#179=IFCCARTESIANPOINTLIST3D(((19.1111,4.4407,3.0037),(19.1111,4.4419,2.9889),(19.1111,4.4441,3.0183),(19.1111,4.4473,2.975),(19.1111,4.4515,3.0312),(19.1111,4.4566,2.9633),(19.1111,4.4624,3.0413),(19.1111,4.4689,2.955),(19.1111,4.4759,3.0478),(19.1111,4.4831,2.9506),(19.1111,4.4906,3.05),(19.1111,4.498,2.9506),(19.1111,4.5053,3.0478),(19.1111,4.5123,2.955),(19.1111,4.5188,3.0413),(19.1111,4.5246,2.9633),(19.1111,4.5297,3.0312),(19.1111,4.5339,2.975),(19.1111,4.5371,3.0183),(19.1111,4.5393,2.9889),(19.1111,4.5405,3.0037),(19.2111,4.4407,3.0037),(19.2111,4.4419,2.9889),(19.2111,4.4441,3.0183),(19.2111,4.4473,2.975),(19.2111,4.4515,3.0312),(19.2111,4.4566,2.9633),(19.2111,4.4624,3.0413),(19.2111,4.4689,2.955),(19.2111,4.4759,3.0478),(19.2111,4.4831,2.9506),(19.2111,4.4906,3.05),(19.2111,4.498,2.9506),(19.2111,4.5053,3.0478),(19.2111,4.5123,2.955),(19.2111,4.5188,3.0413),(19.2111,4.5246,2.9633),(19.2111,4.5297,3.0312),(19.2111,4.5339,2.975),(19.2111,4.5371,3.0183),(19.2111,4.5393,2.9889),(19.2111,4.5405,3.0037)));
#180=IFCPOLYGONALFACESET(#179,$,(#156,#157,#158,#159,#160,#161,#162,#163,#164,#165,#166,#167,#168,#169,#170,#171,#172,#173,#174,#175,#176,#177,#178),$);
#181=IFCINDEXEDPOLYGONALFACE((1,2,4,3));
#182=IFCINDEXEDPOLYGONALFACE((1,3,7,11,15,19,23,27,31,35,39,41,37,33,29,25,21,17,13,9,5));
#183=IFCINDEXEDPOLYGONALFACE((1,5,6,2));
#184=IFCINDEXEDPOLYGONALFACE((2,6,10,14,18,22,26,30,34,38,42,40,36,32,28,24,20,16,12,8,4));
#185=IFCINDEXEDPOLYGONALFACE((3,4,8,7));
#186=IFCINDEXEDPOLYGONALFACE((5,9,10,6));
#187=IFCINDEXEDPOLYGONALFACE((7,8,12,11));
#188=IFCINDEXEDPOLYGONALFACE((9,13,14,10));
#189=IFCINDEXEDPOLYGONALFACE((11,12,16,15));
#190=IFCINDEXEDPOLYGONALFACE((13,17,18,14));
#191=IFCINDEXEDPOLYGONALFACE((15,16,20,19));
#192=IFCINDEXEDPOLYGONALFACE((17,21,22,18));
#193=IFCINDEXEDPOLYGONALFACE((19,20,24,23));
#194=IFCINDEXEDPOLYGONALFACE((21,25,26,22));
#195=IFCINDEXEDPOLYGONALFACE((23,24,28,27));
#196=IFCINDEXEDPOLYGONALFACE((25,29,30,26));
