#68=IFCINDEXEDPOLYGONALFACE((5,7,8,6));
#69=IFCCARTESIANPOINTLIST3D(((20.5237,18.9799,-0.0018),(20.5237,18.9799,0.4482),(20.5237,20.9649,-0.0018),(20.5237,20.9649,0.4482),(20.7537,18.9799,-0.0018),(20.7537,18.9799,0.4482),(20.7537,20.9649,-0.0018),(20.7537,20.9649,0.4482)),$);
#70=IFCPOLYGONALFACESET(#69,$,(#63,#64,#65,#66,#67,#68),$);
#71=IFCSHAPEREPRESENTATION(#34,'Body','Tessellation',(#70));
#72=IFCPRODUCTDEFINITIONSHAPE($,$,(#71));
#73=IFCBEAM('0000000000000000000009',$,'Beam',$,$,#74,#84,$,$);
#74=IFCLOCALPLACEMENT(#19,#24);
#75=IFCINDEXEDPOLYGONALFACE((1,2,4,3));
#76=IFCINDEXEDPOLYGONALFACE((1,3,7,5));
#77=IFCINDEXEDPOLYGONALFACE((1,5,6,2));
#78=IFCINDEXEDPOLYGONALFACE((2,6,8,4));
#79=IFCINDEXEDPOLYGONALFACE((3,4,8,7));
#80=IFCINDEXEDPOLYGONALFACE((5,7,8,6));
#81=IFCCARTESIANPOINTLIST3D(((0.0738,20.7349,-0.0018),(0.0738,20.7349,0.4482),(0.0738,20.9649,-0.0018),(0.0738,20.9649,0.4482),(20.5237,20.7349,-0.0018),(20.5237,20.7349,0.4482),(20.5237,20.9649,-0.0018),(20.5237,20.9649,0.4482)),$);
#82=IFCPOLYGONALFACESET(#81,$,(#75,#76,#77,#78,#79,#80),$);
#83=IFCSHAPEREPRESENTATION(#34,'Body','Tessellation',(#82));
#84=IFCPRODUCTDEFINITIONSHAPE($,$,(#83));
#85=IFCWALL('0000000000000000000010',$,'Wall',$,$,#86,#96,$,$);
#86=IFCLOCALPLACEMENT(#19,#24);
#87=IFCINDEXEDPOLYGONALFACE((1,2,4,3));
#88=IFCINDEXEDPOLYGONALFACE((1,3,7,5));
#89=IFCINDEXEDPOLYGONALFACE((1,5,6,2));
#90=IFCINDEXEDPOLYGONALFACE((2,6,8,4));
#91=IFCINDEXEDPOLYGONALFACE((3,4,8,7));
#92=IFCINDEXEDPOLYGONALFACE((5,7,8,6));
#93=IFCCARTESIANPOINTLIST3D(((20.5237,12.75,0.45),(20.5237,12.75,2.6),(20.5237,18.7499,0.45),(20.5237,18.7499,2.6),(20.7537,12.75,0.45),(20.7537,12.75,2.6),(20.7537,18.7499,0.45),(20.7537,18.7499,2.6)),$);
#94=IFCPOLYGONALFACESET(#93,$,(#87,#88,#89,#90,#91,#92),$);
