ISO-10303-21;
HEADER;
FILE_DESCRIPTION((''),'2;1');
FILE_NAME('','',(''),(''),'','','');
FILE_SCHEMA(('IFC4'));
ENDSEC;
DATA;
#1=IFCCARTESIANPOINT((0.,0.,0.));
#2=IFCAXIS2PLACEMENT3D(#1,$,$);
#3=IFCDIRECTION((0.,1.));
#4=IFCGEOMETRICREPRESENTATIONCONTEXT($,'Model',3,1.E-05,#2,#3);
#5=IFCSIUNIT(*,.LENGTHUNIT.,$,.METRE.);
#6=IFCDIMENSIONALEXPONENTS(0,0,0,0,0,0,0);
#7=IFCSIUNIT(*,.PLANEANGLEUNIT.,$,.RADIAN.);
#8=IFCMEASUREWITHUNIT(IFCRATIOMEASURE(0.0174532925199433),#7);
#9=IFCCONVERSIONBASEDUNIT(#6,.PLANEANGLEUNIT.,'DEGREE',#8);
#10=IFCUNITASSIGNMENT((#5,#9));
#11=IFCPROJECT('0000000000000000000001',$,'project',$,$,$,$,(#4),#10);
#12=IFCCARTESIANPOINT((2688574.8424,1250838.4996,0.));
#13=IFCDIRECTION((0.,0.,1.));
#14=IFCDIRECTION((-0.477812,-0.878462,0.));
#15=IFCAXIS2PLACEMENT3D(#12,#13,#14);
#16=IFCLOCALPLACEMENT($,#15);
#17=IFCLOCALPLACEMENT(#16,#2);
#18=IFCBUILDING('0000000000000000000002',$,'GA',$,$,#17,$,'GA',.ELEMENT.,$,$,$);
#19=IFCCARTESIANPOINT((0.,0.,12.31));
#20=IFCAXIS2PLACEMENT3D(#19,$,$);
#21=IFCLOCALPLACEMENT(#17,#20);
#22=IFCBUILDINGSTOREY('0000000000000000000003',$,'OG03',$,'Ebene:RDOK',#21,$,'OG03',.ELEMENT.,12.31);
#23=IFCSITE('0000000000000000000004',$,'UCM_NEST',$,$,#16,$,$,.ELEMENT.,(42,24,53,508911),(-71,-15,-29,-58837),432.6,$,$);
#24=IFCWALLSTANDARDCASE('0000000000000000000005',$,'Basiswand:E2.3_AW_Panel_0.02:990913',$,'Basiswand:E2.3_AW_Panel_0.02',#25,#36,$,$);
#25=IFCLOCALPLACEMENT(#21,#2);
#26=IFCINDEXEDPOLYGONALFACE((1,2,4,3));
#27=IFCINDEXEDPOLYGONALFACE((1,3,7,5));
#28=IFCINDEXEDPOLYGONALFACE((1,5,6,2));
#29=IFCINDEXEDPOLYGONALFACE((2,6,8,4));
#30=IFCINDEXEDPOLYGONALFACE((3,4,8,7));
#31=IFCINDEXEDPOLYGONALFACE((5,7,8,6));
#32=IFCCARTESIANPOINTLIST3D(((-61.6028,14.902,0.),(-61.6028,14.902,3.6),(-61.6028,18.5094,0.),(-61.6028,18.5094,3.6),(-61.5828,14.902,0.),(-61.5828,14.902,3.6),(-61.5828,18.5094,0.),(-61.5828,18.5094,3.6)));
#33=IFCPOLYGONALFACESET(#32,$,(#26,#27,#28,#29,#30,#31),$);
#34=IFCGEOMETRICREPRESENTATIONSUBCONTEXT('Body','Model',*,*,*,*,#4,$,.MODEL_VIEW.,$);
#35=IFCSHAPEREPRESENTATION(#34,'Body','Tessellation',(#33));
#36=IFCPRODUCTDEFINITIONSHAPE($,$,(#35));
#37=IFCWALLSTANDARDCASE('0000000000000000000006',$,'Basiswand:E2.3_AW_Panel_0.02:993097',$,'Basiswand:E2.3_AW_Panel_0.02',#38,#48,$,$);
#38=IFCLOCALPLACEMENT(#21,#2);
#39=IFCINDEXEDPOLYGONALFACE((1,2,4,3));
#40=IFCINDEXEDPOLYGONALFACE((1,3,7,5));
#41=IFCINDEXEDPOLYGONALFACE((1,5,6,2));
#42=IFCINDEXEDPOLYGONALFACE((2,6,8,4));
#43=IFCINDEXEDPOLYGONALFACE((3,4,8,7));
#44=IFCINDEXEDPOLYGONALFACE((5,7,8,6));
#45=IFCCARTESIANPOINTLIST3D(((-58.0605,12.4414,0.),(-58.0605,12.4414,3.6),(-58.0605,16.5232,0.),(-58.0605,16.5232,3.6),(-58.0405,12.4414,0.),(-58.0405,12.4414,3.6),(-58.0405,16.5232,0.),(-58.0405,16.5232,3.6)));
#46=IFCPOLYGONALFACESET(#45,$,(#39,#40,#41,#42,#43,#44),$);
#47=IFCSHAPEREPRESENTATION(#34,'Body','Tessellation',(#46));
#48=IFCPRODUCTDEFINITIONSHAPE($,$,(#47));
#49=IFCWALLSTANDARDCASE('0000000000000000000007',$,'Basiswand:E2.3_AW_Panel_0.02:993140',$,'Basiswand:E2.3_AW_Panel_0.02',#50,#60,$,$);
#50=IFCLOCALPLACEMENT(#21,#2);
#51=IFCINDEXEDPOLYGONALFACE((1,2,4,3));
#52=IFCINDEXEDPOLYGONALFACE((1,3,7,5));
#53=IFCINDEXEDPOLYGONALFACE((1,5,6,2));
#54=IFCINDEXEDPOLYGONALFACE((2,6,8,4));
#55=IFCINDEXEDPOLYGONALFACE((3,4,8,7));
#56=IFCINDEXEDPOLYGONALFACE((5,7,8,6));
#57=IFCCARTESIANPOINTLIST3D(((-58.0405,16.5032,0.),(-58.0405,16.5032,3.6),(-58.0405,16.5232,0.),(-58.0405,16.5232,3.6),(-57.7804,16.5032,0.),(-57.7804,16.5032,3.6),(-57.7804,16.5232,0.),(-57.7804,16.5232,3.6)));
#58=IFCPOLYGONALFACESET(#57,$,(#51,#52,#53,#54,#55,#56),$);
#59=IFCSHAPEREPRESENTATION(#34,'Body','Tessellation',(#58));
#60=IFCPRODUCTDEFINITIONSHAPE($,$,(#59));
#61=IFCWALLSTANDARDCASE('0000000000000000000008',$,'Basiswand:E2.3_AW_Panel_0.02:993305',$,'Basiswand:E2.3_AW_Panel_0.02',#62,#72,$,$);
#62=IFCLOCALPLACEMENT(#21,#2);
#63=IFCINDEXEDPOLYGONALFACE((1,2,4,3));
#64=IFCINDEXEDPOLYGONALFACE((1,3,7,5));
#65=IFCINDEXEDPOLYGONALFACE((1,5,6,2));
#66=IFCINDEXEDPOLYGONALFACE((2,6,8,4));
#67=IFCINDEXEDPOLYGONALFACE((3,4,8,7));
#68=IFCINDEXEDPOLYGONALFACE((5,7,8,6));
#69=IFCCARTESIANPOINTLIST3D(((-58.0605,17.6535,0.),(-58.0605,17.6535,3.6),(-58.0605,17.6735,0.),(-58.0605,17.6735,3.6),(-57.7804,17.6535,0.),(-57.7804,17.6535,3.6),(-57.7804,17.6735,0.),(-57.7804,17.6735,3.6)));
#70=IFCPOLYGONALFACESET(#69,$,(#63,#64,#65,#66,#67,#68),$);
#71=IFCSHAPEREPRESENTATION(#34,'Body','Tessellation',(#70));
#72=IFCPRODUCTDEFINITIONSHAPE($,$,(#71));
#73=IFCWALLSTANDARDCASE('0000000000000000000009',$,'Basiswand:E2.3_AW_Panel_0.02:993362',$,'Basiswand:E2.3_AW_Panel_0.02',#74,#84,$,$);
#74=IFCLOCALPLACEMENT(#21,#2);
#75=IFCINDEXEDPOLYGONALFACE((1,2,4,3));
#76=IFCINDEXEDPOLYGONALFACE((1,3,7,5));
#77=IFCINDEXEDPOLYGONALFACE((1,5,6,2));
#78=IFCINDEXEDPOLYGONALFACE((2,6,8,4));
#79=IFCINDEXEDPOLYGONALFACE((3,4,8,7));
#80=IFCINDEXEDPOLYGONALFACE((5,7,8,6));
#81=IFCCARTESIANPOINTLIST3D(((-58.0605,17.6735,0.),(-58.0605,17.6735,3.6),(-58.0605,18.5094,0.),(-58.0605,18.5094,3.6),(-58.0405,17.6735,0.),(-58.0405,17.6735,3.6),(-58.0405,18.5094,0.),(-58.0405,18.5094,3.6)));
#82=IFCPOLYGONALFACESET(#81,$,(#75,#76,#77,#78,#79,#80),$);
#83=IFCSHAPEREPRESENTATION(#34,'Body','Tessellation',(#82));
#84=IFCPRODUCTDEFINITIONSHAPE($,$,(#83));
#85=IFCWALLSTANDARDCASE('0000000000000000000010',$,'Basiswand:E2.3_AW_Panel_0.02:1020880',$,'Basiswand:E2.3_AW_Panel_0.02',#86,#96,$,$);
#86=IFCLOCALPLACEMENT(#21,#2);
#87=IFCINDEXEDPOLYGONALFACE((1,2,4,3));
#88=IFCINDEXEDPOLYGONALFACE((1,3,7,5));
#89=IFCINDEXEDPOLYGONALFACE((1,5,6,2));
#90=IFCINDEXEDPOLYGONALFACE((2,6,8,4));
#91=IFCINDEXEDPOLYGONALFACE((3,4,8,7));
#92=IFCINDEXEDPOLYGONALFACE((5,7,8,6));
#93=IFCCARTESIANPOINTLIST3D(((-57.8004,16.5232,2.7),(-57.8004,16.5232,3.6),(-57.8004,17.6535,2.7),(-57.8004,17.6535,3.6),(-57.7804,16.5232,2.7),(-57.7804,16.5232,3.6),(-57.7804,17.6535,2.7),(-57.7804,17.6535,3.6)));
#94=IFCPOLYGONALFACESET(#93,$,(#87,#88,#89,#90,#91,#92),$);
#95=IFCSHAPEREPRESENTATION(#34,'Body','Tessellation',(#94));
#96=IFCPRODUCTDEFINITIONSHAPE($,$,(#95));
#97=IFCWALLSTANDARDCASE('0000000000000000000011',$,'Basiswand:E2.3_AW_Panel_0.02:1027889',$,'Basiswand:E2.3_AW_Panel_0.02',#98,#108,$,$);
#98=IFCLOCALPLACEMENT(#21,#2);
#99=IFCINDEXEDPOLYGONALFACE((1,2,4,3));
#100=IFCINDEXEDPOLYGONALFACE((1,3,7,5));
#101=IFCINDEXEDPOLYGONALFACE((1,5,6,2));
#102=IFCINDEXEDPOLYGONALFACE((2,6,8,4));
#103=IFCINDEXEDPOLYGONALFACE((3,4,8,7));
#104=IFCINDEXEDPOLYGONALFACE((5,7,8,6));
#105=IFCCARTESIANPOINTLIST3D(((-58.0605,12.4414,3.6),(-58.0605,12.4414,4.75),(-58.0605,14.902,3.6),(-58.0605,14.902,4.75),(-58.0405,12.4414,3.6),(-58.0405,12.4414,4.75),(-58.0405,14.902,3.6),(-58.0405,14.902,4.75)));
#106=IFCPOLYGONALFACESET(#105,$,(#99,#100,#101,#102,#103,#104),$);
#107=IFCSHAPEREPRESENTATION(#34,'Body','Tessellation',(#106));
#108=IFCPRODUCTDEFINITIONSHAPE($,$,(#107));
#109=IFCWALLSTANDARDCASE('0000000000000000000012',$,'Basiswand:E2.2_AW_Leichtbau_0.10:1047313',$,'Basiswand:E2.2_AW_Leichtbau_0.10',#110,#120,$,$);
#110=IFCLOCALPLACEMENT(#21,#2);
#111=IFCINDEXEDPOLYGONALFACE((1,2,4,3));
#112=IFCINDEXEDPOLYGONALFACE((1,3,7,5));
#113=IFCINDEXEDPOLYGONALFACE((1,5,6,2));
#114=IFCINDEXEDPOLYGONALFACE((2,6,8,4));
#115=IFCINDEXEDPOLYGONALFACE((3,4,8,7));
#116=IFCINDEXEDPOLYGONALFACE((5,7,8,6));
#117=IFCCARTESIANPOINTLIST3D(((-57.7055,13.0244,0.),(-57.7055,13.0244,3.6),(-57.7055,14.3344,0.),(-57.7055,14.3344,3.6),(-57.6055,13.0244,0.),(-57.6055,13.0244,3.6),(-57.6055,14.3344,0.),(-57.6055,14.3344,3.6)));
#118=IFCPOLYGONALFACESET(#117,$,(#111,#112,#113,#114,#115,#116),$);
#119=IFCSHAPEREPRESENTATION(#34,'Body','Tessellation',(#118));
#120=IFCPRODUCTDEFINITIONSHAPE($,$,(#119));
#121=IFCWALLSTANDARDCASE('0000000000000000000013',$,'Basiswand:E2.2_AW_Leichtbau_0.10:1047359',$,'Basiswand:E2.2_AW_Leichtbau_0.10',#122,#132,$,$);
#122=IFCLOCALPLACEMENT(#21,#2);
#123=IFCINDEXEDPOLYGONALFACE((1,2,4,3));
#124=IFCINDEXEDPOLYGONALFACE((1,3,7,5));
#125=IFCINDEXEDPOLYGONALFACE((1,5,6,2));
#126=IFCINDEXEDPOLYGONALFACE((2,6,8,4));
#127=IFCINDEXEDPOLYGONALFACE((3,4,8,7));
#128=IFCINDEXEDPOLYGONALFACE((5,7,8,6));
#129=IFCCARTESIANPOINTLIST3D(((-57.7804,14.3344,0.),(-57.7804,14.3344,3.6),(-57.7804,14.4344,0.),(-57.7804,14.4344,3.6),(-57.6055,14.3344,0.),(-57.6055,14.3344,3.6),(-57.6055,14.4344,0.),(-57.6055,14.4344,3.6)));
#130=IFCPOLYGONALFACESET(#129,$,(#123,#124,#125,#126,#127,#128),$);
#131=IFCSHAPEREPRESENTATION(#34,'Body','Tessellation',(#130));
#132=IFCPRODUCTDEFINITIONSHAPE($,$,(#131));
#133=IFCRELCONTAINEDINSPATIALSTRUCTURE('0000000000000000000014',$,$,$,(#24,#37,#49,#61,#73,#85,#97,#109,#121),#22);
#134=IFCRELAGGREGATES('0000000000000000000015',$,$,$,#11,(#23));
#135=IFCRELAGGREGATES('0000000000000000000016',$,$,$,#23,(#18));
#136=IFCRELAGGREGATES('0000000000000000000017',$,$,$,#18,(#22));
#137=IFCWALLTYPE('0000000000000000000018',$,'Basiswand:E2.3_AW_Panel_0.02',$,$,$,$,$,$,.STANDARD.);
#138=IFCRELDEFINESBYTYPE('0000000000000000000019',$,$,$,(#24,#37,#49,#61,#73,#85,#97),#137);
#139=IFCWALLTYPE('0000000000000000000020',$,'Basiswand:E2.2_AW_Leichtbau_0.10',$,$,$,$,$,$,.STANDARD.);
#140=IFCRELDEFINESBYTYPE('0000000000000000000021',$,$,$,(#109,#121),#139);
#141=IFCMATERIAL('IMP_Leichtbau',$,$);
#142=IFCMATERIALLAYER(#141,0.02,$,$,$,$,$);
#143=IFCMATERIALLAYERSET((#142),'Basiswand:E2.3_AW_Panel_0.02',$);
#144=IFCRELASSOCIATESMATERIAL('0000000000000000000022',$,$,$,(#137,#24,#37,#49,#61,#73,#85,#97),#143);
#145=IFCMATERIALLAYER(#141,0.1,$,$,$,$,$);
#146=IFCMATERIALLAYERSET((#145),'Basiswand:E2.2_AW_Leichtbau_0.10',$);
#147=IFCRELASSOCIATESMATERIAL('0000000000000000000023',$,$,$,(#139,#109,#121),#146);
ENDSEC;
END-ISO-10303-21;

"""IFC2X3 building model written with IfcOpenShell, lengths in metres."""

from ifc_helpers import new_model, entity, si_unit, converted_unit, direction, frame, frame_2d, origin, place, context, subcontext, project, spatial, rectangle, extrude, material, layer, layer_set, layer_usage, type_object, element, save


model = new_model("IFC2X3")

# Units and contexts
model_context = context("Model", 3, precision=1e-05, world=origin(), true_north=direction((0.0, 1.0)))
body_context = subcontext(model_context, "Body", "Model", "MODEL_VIEW")
ifc_project = project(units=[si_unit("LENGTHUNIT", "METRE"), converted_unit("PLANEANGLEUNIT", "DEGREE", entity("IfcRatioMeasure", 0.0174532925199433), si_unit("PLANEANGLEUNIT", "RADIAN"), dimensions=[0, 0, 0, 0, 0, 0, 0])], contexts=[model_context])

# Site, building, storey
site_placement = place(None, frame((2688574.8424, 1250838.4996, 0.0), z_axis=(0.0, 0.0, 1.0), x_axis=(-0.477812, -0.878462, 0.0)))
site = spatial("IfcSite", under=ifc_project, at=site_placement, Name="UCM_NEST", CompositionType="ELEMENT", RefLatitude=(42, 24, 53, 508911), RefLongitude=(-71, -15, -29, -58837), RefElevation=432.6)
building_placement = place(site_placement, origin())
building = spatial("IfcBuilding", under=site, at=building_placement, Name="GA", LongName="GA", CompositionType="ELEMENT")
storey_placement = place(building_placement, frame((0.0, 0.0, 12.31)))
storey = spatial("IfcBuildingStorey", under=building, at=storey_placement, Name="OG03", ObjectType="Ebene:RDOK", LongName="OG03", CompositionType="ELEMENT", Elevation=12.31)

# Shared definitions
ifc_material_1 = material(Name="IMP_Leichtbau")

━━━━━━━━━━━━━━━━

● **EXERCISE BRIEF**: Copy every line above that holds the word "IFCPRODUCTDEFINITIONSHAPE".

● **SOLUTION FOR THIS PROBLEM**:
#72=IFCPRODUCTDEFINITIONSHAPE($,$,(#71));
#84=IFCPRODUCTDEFINITIONSHAPE($,$,(#83));
#36=IFCPRODUCTDEFINITIONSHAPE($,$,(#35));
#48=IFCPRODUCTDEFINITIONSHAPE($,$,(#47));
#60=IFCPRODUCTDEFINITIONSHAPE($,$,(#59));
#72=IFCPRODUCTDEFINITIONSHAPE($,$,(#71));
#84=IFCPRODUCTDEFINITIONSHAPE($,$,(#83));
#96=IFCPRODUCTDEFINITIONSHAPE($,$,(#95));
#108=IFCPRODUCTDEFINITIONSHAPE($,$,(#107));
#120=IFCPRODUCTDEFINITIONSHAPE($,$,(#119));
#132=IFCPRODUCTDEFINITIONSHAPE($,$,(#131));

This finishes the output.